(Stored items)
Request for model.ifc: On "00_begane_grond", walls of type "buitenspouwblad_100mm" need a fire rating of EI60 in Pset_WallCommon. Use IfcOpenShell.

First a look at what the model holds.

```python
import ifcopenshell
import ifcopenshell.util.element

model = ifcopenshell.open("model.ifc")
print(model.schema)
storey = next(s for s in model.by_type("IfcBuildingStorey") if s.Name == "00_begane_grond")
walls = [e for e in ifcopenshell.util.element.get_decomposition(storey) if e.is_a("IfcWall")]
seen = {}
for e in walls:
    element_type = ifcopenshell.util.element.get_type(e)
    key = (element_type.Name if element_type != e and element_type else None, ifcopenshell.util.element.get_pset(e, "Pset_WallCommon", "FireRating"))
    seen[key] = seen.get(key, 0) + 1
for (name, value), count in sorted(seen.items(), key=str):
    print(count, "x", name, "|", value)
```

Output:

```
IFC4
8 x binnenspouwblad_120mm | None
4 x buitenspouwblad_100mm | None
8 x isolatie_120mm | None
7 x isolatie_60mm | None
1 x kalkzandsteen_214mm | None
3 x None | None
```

```python
import ifcopenshell
import ifcopenshell.api.pset
import ifcopenshell.util.element

model = ifcopenshell.open("model.ifc")

storey = next(s for s in model.by_type("IfcBuildingStorey") if s.Name == "00_begane_grond")
walls = [e for e in ifcopenshell.util.element.get_decomposition(storey) if e.is_a("IfcWall")]

count = 0
for e in walls:
    element_type = ifcopenshell.util.element.get_type(e)
    if element_type in (None, e) or element_type.Name != "buitenspouwblad_100mm":
        continue
    # add_pset returns the element's existing set when there is one.
    pset = ifcopenshell.api.pset.add_pset(model, product=e, name="Pset_WallCommon")
    ifcopenshell.api.pset.edit_pset(model, pset=pset, properties={"FireRating": "EI60"})
    count += 1

print(count, "walls updated")

model.write("model_rev.ifc")
```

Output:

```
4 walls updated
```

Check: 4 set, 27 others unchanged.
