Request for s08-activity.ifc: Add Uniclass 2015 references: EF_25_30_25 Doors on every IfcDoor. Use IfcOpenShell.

First a look at what the model holds.

```python
import ifcopenshell

model = ifcopenshell.open("s08-activity.ifc")
print(model.schema)
print("classifications:", [c.Name for c in model.by_type("IfcClassification")])
for ifc_class in ("IfcDoor", "IfcRoof", "IfcStair", "IfcWall", "IfcWindow"):
    print(ifc_class, len(model.by_type(ifc_class)))
```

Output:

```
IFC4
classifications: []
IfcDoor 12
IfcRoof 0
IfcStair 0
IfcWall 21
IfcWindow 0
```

```python
import ifcopenshell
import ifcopenshell.api.classification

model = ifcopenshell.open("s08-activity.ifc")

system = ifcopenshell.api.classification.add_classification(model, classification="Uniclass 2015")

codes = {
    "IfcDoor": ("EF_25_30_25", "Doors"),
}
for ifc_class, (code, name) in codes.items():
    products = model.by_type(ifc_class)
    ifcopenshell.api.classification.add_reference(
        model, products=products, classification=system, identification=code, name=name
    )
    print(code, len(products))

model.write("s08-activity_edited.ifc")
```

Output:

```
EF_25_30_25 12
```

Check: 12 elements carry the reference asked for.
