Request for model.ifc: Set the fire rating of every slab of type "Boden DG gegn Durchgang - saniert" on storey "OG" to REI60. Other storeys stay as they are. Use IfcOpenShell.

First a look at what the model holds.

```python
import ifcopenshell
import ifcopenshell.util.element

model = ifcopenshell.open("model.ifc")
print(model.schema)
storey = next(s for s in model.by_type("IfcBuildingStorey") if s.Name == "OG")
slabs = [e for e in ifcopenshell.util.element.get_decomposition(storey) if e.is_a("IfcSlab")]
seen = {}
for e in slabs:
    element_type = ifcopenshell.util.element.get_type(e)
    key = (element_type.Name if element_type != e and element_type else None, ifcopenshell.util.element.get_pset(e, "Pset_SlabCommon", "FireRating"))
    seen[key] = seen.get(key, 0) + 1
for (name, value), count in sorted(seen.items(), key=str):
    print(count, "x", name, "|", value)
```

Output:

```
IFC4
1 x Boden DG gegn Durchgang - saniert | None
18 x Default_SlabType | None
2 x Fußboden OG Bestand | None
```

```python
import ifcopenshell
import ifcopenshell.api.pset
import ifcopenshell.util.element

model = ifcopenshell.open("model.ifc")

storey = next(s for s in model.by_type("IfcBuildingStorey") if s.Name == "OG")
slabs = [e for e in ifcopenshell.util.element.get_decomposition(storey) if e.is_a("IfcSlab")]

count = 0
for e in slabs:
    element_type = ifcopenshell.util.element.get_type(e)
    if element_type in (None, e) or element_type.Name != "Boden DG gegn Durchgang - saniert":
        continue
    # add_pset returns the element's existing set when there is one.
    pset = ifcopenshell.api.pset.add_pset(model, product=e, name="Pset_SlabCommon")
    ifcopenshell.api.pset.edit_pset(model, pset=pset, properties={"FireRating": "REI60"})
    count += 1

print(count, "slabs updated")

model.write("model-out.ifc")
```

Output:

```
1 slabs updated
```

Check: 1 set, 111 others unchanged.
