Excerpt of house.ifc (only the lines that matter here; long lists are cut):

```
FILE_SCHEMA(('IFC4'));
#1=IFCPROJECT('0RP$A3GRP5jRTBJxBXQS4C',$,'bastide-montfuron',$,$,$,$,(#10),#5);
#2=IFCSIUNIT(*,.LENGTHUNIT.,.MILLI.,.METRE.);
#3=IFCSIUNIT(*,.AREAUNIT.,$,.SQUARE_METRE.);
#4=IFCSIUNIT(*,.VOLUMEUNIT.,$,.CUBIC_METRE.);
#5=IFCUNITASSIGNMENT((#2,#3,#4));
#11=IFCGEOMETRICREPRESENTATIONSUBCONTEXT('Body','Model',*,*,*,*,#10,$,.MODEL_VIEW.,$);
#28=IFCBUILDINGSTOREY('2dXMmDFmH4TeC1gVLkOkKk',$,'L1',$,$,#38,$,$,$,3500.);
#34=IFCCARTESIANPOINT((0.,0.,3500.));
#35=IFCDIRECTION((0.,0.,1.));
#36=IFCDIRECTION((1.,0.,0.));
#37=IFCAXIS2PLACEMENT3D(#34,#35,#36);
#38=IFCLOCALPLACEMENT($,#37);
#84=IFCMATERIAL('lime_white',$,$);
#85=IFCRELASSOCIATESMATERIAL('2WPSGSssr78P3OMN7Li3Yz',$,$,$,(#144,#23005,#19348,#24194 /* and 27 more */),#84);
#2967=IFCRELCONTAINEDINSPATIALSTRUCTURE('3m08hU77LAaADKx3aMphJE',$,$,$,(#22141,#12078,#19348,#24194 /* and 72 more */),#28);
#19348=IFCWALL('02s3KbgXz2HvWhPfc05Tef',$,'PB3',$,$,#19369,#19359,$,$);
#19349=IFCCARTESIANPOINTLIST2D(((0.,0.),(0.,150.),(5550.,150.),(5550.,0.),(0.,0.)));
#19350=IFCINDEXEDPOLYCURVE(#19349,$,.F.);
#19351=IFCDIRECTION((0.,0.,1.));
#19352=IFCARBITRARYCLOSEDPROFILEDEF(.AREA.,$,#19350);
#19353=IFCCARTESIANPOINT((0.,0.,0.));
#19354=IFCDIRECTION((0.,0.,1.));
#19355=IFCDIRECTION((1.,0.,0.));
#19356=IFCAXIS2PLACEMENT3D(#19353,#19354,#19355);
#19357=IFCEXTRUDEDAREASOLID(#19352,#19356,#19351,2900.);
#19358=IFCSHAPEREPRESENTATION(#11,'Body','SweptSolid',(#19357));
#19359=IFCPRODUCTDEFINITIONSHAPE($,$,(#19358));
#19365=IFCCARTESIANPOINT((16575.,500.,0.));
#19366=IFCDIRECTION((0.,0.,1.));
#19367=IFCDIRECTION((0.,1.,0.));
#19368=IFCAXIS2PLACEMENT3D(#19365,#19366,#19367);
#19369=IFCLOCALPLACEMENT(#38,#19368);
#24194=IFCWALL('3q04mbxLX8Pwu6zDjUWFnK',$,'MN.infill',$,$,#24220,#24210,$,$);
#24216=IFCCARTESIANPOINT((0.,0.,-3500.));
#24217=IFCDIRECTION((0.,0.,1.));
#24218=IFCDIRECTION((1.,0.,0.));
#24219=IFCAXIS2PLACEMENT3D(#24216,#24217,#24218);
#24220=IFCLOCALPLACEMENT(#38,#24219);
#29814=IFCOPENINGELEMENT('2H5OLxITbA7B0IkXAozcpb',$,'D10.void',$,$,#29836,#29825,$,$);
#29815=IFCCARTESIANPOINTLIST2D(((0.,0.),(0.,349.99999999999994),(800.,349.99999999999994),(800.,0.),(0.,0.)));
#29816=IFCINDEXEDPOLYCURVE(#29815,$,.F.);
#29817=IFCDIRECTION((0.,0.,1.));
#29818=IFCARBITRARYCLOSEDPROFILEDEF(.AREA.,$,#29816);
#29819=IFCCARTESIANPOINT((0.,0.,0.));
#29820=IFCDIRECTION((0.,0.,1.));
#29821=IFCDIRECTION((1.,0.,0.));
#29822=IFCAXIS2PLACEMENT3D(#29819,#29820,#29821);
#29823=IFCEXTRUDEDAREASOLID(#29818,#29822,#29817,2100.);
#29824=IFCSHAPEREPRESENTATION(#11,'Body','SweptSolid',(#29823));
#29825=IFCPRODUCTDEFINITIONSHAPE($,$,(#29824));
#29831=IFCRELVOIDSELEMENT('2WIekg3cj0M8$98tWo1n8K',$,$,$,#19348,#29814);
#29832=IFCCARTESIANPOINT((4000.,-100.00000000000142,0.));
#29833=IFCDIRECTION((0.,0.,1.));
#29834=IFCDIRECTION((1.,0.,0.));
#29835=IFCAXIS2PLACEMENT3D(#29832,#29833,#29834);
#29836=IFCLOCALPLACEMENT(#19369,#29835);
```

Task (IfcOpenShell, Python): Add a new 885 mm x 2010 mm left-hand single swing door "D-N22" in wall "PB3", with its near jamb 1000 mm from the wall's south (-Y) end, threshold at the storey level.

```python
import numpy as np
import ifcopenshell
import ifcopenshell.api.feature
import ifcopenshell.api.geometry
import ifcopenshell.api.root
import ifcopenshell.api.spatial
import ifcopenshell.geom
import ifcopenshell.util.element
import ifcopenshell.util.placement
import ifcopenshell.util.representation
import ifcopenshell.util.shape
import ifcopenshell.util.unit

model = ifcopenshell.open("house.ifc")
unit_scale = ifcopenshell.util.unit.calculate_unit_scale(model)
settings = ifcopenshell.geom.settings()


def volume(element):
    """Net volume in cubic metres, openings subtracted."""
    shape = ifcopenshell.geom.create_shape(settings, element)
    return ifcopenshell.util.shape.get_volume(shape.geometry)


wall = model.by_guid("02s3KbgXz2HvWhPfc05Tef")
storey = ifcopenshell.util.element.get_container(wall, ifc_class="IfcBuildingStorey")
context = ifcopenshell.util.representation.get_context(model, "Model", "Body", "MODEL_VIEW")
before = volume(wall)

width, height, from_end, sill = 0.885, 2.01, 1, 0.0  # metres

# The wall runs along its own X axis, and the end named is its -X end.
wall_shape = ifcopenshell.geom.create_shape(settings, wall)
x, y, z = ifcopenshell.util.shape.get_vertices(wall_shape.geometry).T
start = x.min() + from_end
face, thickness = float(y.min()), float(y.max() - y.min())
wall_matrix = ifcopenshell.util.placement.get_local_placement(wall.ObjectPlacement)
level = ifcopenshell.util.placement.get_local_placement(storey.ObjectPlacement)[2, 3]


def in_wall(x, y):
    """Placement at x, y metres in the wall's axes, at sill height."""
    matrix = wall_matrix.copy()
    matrix[:, 3] = wall_matrix @ np.array([x / unit_scale, y / unit_scale, 0.0, 1.0])
    matrix[2, 3] = level + sill / unit_scale
    return matrix


# Opening: a box that overshoots both wall faces by 50 mm.
opening = ifcopenshell.api.root.create_entity(model, ifc_class="IfcOpeningElement", predefined_type="OPENING")
box = ifcopenshell.api.geometry.add_wall_representation(
    model, context=context, length=width, height=height, thickness=thickness + 0.1
)
ifcopenshell.api.geometry.assign_representation(model, product=opening, representation=box)
ifcopenshell.api.geometry.edit_object_placement(model, product=opening, matrix=in_wall(start, face - 0.05), is_si=False)
ifcopenshell.api.feature.add_feature(model, feature=opening, element=wall)

door = ifcopenshell.api.root.create_entity(model, ifc_class="IfcDoor", name="D-N22", predefined_type="DOOR")
door.OverallWidth, door.OverallHeight = width / unit_scale, height / unit_scale
door.OperationType = "SINGLE_SWING_LEFT"
body = ifcopenshell.api.geometry.add_door_representation(
    model,
    context=context,
    overall_width=door.OverallWidth,
    overall_height=door.OverallHeight,
    operation_type="SINGLE_SWING_LEFT",
    lining_properties={"LiningDepth": thickness / unit_scale, "ThresholdDepth": thickness / unit_scale},
)
ifcopenshell.api.geometry.assign_representation(model, product=door, representation=body)
ifcopenshell.api.spatial.assign_container(model, products=[door], relating_structure=storey)
ifcopenshell.api.feature.add_filling(model, opening=opening, element=door)

# The lining spans the wall, so the door starts at the wall face.
ifcopenshell.api.geometry.edit_object_placement(model, product=door, matrix=in_wall(start, face), is_si=False)

after = volume(wall)

print(f"wall volume {before:.3f} -> {after:.3f} m3")

model.write("house_edited.ifc")
```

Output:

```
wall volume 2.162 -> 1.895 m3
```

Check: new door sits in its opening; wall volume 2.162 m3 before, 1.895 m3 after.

**What to work on**
Locate the lines above that contain "IFCPRODUCTDEFINITIONSHAPE" and copy them.

**Worked solution**
#19359=IFCPRODUCTDEFINITIONSHAPE($,$,(#19358));
#29825=IFCPRODUCTDEFINITIONSHAPE($,$,(#29824));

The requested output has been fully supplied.